- Born: 1950 (age 75–76) Flimby, Cumberland, England
- Occupations: novelist, short story writer
- Writing career
- Period: 1985–present
- Genres: Comedy, Satire, Spiritual thriller

= John Murray (novelist) =

English writer and novelist

John Murray (born 1950, Flimby, Cumberland) is an English writer and novelist known for writing satirical novels on a range of subjects. He read Sanskrit at University College, Oxford.

In 1984 he founded the fiction magazine Panurge, which he edited with fellow author David Almond until 1996. Panurge Publishing published Julia Darling's debut collection of short stories, Bloodlines in 1995.
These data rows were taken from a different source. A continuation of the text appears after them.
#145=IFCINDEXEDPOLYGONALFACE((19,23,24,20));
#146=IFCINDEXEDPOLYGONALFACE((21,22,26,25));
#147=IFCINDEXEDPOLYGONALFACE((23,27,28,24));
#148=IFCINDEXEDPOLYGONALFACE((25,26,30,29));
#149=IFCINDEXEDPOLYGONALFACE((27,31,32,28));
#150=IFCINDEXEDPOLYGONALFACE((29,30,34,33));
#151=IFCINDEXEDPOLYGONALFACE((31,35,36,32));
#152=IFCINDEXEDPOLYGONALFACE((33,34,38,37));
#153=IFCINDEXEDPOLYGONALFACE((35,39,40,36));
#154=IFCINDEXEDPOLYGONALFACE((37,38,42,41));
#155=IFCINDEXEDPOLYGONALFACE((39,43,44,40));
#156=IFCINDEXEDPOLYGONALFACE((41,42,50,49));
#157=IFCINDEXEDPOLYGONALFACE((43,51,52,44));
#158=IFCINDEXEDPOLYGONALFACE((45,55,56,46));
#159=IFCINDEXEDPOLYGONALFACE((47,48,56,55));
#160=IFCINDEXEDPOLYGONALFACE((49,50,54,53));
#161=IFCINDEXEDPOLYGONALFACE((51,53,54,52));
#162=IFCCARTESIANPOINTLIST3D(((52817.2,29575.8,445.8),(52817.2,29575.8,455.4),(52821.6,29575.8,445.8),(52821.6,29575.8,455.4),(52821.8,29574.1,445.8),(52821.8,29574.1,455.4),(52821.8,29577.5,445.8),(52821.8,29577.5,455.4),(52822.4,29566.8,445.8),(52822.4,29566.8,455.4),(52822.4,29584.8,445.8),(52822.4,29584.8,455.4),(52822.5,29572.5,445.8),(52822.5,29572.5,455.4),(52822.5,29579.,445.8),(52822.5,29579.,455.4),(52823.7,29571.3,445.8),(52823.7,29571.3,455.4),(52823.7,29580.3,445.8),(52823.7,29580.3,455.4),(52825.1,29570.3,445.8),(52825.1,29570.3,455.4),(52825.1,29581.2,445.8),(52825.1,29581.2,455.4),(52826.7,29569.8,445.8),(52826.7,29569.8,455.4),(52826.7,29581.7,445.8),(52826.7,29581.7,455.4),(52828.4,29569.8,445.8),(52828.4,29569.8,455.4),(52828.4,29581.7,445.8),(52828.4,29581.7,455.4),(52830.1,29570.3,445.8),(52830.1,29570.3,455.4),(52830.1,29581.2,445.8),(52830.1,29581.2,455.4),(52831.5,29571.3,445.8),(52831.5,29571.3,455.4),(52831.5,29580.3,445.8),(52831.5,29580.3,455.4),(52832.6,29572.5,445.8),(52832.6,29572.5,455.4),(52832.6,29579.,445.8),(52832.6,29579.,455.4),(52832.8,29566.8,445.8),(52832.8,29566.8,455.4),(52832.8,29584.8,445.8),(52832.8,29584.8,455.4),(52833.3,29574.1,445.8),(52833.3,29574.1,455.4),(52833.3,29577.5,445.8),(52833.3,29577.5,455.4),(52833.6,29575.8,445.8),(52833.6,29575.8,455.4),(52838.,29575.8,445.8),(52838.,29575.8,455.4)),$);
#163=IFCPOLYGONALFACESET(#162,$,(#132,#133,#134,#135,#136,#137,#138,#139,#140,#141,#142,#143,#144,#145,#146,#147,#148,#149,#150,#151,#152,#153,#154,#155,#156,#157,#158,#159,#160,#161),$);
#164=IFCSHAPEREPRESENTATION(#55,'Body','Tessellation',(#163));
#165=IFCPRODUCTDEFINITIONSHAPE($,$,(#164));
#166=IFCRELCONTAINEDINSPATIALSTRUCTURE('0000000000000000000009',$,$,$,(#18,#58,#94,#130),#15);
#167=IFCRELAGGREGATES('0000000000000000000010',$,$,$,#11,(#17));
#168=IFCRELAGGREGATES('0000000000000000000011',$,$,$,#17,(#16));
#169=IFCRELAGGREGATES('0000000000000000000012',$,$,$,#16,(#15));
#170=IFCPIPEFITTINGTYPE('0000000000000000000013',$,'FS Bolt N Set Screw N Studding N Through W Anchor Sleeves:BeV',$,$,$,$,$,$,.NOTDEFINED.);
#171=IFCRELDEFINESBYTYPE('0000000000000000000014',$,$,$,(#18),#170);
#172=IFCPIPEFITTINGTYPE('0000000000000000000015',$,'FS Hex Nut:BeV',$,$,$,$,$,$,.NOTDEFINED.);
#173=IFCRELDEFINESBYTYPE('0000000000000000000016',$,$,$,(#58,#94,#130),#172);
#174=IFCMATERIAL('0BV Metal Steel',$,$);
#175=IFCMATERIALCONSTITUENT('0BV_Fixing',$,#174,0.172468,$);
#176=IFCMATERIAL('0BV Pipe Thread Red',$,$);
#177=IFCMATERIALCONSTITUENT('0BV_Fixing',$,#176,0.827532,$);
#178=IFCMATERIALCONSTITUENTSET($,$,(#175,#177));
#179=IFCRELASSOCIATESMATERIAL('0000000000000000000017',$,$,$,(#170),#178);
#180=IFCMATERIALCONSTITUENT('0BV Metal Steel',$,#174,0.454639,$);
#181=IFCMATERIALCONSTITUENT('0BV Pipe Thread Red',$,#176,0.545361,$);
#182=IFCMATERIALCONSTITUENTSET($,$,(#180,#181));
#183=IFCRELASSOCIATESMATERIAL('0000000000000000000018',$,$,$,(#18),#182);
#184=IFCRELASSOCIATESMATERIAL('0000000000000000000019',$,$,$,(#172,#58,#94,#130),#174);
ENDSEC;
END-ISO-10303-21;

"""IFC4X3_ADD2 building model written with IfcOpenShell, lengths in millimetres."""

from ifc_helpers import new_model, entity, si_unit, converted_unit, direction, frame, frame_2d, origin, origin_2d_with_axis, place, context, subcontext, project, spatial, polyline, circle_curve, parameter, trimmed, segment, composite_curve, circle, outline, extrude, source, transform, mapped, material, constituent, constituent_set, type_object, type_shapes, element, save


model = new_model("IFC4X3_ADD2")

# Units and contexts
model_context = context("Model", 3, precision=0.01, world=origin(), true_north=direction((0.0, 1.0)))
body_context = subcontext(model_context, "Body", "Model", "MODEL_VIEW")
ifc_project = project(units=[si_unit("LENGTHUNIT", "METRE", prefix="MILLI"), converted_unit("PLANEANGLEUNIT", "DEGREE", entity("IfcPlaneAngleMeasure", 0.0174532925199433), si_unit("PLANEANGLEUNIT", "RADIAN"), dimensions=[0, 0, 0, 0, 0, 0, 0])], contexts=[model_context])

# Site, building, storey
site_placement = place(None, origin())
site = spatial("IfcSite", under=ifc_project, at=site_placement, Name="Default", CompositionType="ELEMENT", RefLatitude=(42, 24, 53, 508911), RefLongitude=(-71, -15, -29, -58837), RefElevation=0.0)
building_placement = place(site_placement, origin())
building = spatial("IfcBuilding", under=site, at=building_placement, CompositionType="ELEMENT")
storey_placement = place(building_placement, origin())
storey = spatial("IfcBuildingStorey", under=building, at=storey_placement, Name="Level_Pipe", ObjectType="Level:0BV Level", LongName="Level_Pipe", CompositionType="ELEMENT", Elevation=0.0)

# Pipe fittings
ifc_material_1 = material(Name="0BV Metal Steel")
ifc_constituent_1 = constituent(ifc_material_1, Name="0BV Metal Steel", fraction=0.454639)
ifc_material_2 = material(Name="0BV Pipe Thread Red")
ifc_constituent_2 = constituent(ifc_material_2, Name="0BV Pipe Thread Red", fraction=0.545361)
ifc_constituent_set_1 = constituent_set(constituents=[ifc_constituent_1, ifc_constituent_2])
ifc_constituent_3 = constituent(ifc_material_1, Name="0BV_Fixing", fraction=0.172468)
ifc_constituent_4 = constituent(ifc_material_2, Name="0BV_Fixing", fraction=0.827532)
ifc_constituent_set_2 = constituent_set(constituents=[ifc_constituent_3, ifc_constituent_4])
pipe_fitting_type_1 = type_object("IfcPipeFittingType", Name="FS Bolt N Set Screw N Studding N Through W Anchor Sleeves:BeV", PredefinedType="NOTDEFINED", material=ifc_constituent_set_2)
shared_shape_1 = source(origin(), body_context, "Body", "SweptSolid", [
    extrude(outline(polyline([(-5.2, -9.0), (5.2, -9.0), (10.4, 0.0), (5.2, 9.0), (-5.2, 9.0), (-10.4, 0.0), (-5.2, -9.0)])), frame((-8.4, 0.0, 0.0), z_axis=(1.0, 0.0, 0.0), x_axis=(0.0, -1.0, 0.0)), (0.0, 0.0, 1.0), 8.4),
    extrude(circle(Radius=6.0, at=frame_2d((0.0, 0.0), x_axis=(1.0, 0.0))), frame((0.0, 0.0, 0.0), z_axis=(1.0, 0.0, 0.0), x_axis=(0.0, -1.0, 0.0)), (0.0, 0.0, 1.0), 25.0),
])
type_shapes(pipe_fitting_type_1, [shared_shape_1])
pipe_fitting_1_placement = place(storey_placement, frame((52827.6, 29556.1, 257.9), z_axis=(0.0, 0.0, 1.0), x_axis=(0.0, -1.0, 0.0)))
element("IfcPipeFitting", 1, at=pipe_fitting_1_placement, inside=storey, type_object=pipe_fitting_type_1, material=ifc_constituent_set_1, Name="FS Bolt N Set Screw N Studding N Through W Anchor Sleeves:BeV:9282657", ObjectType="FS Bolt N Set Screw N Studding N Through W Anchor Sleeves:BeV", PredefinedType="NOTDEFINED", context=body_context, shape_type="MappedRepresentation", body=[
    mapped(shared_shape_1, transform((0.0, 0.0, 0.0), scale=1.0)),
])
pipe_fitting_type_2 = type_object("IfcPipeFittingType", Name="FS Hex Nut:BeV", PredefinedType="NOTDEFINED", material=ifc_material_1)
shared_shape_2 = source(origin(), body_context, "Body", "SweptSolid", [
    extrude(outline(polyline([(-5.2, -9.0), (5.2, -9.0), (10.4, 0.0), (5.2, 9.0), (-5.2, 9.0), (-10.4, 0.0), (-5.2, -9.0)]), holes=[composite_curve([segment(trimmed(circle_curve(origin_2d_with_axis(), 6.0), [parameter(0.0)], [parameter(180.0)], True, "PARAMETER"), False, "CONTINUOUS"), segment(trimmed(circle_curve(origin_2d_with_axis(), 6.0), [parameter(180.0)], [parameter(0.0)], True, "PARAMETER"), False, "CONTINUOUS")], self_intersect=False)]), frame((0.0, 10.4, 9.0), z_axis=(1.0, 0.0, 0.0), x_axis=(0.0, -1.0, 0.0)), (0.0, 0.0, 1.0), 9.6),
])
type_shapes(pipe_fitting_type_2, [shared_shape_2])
Murray's first novel, Samarkand, was published in 1985 (it was broadcast on BBC Radio 3)) and in 1988 he received the Dylan Thomas Award for 2 stories out of his collection, Pleasure. In 2002 his novel John Dory won a Lakeland Book of the Year Award, and his book Jazz Etc was longlisted for the Man Booker Prize in 2003. His 2004 novel, Murphy's Favourite Channels, was a "Novel of the Week" in The Daily Telegraph. He has also published several other critically acclaimed novels including, Kin, Reiver Blues, Radio Activity, The Legend of Liz and Joe and A Gentleman's Relish. His latest novel The Lawless Book of Love (2018) is a satire on online dating and is available as a Kindle eBook.

Murray currently lives in London where he teaches Creative Writing courses (www.writinginkythnos.com). He has been a regular fiction tutor at The Arvon Foundation since 1989 and every summer from 1995 to 2007 he led a creative writing workshop at Madingley Hall, Cambridge.

Murray also writes a blog, Wild Days in Greece (johnmurraywritinginkythnos.wordpress.com), which he started when he moved to live on the Greek island of Kythnos in 2013. The blog has nearly 500 posts and covers a massive range of subjects, including London, Greece, films, books, TV series, music, recipes and politics. It also features Murray's latest short stories and a 2016 novel Passion For Beginners.

He married Annie Murray (née Clements) in 1979, a consultant trainer and specialist in Organisational Transactional Analysis, who died in 2009. He has one daughter Ione, born 1989, a computer programmer who lives in West Yorkshire.